══ Records to process ══

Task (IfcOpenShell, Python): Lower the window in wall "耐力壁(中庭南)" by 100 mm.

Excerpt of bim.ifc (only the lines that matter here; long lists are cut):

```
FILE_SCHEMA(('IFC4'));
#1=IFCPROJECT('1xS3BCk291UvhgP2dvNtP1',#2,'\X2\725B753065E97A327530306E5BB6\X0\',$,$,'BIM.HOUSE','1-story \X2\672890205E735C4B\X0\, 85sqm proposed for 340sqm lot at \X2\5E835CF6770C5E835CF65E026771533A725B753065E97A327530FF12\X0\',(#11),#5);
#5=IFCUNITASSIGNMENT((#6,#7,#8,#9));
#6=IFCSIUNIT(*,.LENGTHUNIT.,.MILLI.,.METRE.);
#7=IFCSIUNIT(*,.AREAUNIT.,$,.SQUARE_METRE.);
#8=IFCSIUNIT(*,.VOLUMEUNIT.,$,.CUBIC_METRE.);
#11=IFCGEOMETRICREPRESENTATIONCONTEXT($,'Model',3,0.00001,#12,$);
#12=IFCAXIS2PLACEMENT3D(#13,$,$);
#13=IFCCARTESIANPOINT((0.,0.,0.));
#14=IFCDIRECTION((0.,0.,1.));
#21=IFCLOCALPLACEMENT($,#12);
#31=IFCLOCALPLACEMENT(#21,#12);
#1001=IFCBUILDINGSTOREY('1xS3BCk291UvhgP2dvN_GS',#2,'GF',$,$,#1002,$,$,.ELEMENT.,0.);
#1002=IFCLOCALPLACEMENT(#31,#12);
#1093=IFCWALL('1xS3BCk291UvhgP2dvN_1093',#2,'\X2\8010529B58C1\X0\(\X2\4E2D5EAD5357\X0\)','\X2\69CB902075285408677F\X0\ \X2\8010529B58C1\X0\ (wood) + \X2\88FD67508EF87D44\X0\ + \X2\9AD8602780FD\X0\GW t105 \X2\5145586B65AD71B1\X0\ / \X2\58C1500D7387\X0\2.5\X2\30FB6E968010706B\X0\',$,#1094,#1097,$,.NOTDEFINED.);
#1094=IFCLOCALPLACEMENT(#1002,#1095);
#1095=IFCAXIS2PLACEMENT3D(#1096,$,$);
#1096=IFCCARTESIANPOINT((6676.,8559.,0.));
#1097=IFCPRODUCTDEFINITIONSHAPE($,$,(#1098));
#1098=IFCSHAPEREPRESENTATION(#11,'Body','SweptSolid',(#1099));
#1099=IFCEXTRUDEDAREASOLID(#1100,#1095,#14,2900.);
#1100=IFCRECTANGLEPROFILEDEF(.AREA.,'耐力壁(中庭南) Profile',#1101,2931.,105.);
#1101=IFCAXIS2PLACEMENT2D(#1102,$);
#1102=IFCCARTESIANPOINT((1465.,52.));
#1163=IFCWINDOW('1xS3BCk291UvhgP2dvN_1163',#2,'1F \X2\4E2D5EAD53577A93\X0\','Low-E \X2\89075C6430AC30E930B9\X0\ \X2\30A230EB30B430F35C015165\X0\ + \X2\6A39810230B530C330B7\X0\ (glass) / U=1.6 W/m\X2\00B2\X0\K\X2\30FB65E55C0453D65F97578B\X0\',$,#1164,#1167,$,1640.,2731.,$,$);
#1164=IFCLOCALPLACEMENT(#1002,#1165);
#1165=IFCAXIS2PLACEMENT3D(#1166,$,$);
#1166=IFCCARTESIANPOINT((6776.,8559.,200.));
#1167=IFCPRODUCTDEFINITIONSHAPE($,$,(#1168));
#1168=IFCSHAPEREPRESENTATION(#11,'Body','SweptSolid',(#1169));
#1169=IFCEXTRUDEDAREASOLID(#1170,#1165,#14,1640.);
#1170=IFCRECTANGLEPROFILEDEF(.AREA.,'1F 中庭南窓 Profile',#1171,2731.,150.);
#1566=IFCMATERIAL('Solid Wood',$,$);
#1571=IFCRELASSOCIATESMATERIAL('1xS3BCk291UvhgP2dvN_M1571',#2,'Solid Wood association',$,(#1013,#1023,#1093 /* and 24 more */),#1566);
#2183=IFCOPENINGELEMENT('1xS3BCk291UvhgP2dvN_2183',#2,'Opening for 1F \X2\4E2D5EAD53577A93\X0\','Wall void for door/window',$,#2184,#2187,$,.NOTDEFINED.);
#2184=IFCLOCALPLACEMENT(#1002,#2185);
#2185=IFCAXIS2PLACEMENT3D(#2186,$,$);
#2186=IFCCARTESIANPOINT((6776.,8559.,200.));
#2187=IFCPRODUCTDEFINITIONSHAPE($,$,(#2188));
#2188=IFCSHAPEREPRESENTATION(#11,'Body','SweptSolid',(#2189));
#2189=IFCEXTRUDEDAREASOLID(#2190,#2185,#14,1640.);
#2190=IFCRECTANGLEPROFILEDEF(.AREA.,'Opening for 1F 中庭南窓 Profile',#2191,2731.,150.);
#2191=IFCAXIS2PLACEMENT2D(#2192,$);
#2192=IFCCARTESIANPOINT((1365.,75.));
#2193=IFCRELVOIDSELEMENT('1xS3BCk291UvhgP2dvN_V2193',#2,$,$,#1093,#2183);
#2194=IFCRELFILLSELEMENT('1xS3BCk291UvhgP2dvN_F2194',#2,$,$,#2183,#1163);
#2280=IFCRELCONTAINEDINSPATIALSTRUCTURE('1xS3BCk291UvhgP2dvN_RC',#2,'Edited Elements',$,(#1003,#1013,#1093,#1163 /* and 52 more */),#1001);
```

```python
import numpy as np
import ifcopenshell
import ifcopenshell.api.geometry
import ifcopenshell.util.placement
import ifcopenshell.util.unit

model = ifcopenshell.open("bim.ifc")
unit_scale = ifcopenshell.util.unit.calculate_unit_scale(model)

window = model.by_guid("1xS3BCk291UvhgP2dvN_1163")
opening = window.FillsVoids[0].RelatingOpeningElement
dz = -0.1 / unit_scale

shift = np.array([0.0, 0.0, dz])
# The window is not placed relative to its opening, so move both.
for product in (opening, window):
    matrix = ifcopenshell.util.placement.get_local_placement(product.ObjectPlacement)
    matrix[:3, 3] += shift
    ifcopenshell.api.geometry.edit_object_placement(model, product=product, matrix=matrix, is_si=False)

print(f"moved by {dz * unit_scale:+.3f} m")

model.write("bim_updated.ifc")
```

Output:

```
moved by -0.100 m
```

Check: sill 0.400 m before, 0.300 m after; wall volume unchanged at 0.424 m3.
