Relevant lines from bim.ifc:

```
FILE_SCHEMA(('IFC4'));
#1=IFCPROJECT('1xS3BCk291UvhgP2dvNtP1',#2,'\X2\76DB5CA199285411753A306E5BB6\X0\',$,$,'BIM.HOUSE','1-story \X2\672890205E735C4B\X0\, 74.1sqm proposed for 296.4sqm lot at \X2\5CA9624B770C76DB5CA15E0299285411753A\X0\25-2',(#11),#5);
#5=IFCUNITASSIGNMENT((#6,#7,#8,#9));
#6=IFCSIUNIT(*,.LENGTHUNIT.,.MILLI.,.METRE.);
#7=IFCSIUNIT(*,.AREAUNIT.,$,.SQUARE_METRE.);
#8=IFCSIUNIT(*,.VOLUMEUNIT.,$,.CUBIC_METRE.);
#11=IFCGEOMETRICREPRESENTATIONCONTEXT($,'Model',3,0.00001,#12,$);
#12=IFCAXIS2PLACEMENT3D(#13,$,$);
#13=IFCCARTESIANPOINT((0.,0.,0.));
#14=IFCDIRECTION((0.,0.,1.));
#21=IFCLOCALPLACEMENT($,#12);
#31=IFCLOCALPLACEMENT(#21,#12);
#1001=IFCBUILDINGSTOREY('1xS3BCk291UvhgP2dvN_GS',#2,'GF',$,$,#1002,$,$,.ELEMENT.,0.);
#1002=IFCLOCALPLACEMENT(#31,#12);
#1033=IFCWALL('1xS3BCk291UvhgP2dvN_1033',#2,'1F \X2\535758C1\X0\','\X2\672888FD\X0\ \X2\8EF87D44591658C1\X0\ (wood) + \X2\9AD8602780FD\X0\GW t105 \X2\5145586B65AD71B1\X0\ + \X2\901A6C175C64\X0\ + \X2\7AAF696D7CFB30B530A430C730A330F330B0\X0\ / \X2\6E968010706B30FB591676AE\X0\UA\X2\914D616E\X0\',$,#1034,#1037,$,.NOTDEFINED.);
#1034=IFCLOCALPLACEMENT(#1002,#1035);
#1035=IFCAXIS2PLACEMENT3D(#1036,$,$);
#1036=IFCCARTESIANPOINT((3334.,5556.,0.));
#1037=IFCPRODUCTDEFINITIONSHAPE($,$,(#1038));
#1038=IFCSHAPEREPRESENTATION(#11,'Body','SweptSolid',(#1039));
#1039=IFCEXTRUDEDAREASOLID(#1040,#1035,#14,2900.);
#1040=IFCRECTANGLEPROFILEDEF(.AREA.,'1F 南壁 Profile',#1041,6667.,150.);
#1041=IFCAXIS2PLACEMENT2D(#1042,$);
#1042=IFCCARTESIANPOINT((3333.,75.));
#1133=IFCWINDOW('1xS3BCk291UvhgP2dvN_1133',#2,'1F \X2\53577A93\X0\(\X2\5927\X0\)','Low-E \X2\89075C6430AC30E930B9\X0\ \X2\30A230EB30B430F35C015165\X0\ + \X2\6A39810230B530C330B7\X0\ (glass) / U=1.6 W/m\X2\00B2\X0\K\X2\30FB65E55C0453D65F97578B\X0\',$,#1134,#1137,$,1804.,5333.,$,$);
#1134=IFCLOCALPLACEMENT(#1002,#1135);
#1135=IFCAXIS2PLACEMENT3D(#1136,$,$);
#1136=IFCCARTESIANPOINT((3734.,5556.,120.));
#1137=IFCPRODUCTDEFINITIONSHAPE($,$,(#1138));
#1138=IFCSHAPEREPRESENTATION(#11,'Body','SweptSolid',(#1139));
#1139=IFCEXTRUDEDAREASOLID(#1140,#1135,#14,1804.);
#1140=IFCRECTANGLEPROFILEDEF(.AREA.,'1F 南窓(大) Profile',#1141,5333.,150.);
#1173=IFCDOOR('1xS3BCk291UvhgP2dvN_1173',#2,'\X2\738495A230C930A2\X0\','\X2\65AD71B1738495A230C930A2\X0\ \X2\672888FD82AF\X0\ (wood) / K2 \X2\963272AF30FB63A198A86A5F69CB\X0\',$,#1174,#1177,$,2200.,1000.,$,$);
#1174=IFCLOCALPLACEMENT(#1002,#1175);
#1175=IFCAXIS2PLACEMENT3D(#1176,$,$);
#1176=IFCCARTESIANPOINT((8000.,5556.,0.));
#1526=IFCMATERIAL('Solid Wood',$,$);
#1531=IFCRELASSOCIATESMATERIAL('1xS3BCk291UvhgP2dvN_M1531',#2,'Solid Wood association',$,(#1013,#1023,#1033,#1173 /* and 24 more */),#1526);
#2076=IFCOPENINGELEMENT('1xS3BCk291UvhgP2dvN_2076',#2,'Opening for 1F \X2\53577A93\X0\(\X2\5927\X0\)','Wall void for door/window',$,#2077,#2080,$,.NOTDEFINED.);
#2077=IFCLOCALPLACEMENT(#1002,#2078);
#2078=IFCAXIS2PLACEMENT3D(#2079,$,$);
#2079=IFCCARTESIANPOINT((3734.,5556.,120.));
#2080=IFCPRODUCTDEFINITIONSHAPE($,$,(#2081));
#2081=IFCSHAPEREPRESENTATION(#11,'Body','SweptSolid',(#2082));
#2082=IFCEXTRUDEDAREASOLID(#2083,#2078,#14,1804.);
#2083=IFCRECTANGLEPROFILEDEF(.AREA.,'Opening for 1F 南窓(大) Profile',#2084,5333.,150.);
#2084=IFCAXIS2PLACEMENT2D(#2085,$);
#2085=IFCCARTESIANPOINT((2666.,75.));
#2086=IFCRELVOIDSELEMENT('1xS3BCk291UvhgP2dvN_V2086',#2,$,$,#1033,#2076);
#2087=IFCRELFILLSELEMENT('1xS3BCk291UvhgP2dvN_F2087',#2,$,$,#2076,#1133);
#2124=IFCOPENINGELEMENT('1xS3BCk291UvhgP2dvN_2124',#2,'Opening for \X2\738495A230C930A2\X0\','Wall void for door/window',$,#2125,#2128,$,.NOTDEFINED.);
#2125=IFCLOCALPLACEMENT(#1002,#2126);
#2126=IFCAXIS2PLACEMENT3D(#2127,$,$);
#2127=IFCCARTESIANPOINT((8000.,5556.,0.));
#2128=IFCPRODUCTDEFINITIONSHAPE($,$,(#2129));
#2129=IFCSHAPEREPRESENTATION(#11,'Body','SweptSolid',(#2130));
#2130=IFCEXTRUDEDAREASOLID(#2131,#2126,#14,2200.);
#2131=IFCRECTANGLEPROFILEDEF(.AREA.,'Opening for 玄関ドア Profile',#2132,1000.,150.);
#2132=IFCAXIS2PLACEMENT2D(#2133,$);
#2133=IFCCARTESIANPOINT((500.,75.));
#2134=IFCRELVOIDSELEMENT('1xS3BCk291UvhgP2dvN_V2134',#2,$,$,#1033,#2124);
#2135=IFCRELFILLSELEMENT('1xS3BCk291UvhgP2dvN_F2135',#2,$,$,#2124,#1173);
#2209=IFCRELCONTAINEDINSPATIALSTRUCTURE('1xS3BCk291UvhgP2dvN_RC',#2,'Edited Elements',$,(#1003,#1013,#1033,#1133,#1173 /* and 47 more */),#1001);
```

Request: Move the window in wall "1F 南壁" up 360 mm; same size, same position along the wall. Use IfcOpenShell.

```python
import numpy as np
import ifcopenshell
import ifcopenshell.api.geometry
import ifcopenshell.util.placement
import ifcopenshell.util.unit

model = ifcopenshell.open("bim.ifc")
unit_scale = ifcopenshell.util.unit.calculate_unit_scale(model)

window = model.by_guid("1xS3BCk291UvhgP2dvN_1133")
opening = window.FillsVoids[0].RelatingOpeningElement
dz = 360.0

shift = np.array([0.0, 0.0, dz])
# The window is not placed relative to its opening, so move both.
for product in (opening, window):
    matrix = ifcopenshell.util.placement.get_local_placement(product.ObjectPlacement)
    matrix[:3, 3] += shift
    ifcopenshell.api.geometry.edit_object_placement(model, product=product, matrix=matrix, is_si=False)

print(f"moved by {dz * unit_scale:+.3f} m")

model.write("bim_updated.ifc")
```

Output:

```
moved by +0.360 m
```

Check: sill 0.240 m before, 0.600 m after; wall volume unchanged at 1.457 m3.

═══

### Work item
Find the string "IFCSHAPEREPRESENTATION" in the material above. Then copy each line that has it.

### Written solution
#1098=IFCSHAPEREPRESENTATION(#11,'Body','SweptSolid',(#1099));
#1168=IFCSHAPEREPRESENTATION(#11,'Body','SweptSolid',(#1169));
#2188=IFCSHAPEREPRESENTATION(#11,'Body','SweptSolid',(#2189));
#1038=IFCSHAPEREPRESENTATION(#11,'Body','SweptSolid',(#1039));
#1138=IFCSHAPEREPRESENTATION(#11,'Body','SweptSolid',(#1139));
#2081=IFCSHAPEREPRESENTATION(#11,'Body','SweptSolid',(#2082));
#2129=IFCSHAPEREPRESENTATION(#11,'Body','SweptSolid',(#2130));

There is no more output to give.